About this task -> Within the listing, each line that has the string "IfcWall" should be copied.

:: Study material

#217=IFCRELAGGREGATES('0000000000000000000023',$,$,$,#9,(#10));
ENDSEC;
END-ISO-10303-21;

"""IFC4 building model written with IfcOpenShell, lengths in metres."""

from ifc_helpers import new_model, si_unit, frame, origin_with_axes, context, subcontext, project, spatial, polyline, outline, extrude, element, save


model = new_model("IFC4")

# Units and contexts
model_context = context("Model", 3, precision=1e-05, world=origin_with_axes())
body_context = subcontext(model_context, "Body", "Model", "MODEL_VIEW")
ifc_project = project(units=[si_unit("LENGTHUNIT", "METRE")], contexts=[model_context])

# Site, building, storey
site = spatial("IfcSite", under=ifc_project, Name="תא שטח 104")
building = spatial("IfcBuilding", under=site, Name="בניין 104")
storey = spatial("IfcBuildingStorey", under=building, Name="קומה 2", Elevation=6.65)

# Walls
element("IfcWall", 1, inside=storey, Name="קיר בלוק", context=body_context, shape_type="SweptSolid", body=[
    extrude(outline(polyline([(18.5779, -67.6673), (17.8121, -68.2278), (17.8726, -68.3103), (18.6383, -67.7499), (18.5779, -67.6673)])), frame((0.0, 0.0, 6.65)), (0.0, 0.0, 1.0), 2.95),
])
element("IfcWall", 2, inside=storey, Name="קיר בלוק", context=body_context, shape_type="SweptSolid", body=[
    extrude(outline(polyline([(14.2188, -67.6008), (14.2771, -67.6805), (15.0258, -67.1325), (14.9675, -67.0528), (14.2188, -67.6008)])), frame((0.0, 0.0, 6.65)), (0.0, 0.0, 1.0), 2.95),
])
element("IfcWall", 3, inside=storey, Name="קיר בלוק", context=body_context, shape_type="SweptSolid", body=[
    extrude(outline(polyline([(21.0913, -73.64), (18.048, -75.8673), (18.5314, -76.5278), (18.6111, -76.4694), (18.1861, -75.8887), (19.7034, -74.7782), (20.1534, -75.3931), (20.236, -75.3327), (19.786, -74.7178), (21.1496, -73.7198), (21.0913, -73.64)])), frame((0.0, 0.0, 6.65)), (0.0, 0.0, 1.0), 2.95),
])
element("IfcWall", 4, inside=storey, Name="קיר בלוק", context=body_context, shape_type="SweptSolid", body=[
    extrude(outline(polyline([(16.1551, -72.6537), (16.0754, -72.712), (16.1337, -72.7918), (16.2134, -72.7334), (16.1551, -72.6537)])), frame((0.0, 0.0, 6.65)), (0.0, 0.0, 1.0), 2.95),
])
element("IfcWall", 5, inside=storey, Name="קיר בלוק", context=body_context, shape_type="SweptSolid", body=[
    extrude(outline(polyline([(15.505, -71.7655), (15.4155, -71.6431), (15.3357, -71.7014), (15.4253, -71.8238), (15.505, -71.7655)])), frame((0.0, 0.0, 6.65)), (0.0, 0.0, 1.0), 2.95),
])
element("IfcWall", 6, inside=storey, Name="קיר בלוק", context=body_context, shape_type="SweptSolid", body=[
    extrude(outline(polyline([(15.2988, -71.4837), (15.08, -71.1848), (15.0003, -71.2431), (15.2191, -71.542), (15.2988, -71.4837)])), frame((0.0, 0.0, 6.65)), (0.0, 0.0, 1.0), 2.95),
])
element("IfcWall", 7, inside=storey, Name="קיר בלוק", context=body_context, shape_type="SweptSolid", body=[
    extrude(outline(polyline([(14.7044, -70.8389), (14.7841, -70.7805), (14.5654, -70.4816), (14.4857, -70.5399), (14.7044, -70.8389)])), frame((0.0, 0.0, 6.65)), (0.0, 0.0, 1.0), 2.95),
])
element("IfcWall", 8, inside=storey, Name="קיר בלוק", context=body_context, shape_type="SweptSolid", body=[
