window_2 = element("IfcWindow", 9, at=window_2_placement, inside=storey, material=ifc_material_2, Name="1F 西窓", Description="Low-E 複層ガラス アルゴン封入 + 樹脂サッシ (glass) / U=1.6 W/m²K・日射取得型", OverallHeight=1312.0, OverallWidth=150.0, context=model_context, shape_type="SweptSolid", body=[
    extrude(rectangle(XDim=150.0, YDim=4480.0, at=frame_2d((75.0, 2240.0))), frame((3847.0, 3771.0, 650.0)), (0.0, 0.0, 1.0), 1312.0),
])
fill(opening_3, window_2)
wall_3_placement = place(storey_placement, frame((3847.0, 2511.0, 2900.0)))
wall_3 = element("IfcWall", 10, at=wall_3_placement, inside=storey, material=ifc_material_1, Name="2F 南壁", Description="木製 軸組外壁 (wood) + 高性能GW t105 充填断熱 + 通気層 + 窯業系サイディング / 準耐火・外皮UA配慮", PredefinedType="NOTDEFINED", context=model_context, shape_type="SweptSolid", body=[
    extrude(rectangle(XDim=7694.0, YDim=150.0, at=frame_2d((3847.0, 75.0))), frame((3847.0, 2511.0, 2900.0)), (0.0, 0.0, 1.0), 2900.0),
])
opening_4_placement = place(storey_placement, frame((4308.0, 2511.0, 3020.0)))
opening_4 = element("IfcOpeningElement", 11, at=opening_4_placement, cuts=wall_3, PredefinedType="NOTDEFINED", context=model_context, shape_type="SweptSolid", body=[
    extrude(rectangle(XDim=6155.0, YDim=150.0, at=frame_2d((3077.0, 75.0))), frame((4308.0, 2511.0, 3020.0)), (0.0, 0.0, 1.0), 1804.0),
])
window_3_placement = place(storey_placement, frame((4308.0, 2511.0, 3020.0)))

::::

Final answer ->
element("IfcWall", 1, inside=storey, Name="קיר בלוק", context=body_context, shape_type="SweptSolid", body=[
element("IfcWall", 2, inside=storey, Name="קיר בלוק", context=body_context, shape_type="SweptSolid", body=[
element("IfcWall", 3, inside=storey, Name="קיר בלוק", context=body_context, shape_type="SweptSolid", body=[
element("IfcWall", 4, inside=storey, Name="קיר בלוק", context=body_context, shape_type="SweptSolid", body=[
element("IfcWall", 5, inside=storey, Name="קיר בלוק", context=body_context, shape_type="SweptSolid", body=[
element("IfcWall", 6, inside=storey, Name="קיר בלוק", context=body_context, shape_type="SweptSolid", body=[
element("IfcWall", 7, inside=storey, Name="קיר בלוק", context=body_context, shape_type="SweptSolid", body=[
element("IfcWall", 8, inside=storey, Name="קיר בלוק", context=body_context, shape_type="SweptSolid", body=[
wall_3 = element("IfcWall", 10, at=wall_3_placement, inside=storey, material=ifc_material_1, Name="2F 南壁", Description="木製 軸組外壁 (wood) + 高性能GW t105 充填断熱 + 通気層 + 窯業系サイディング / 準耐火・外皮UA配慮", PredefinedType="NOTDEFINED", context=model_context, shape_type="SweptSolid", body=[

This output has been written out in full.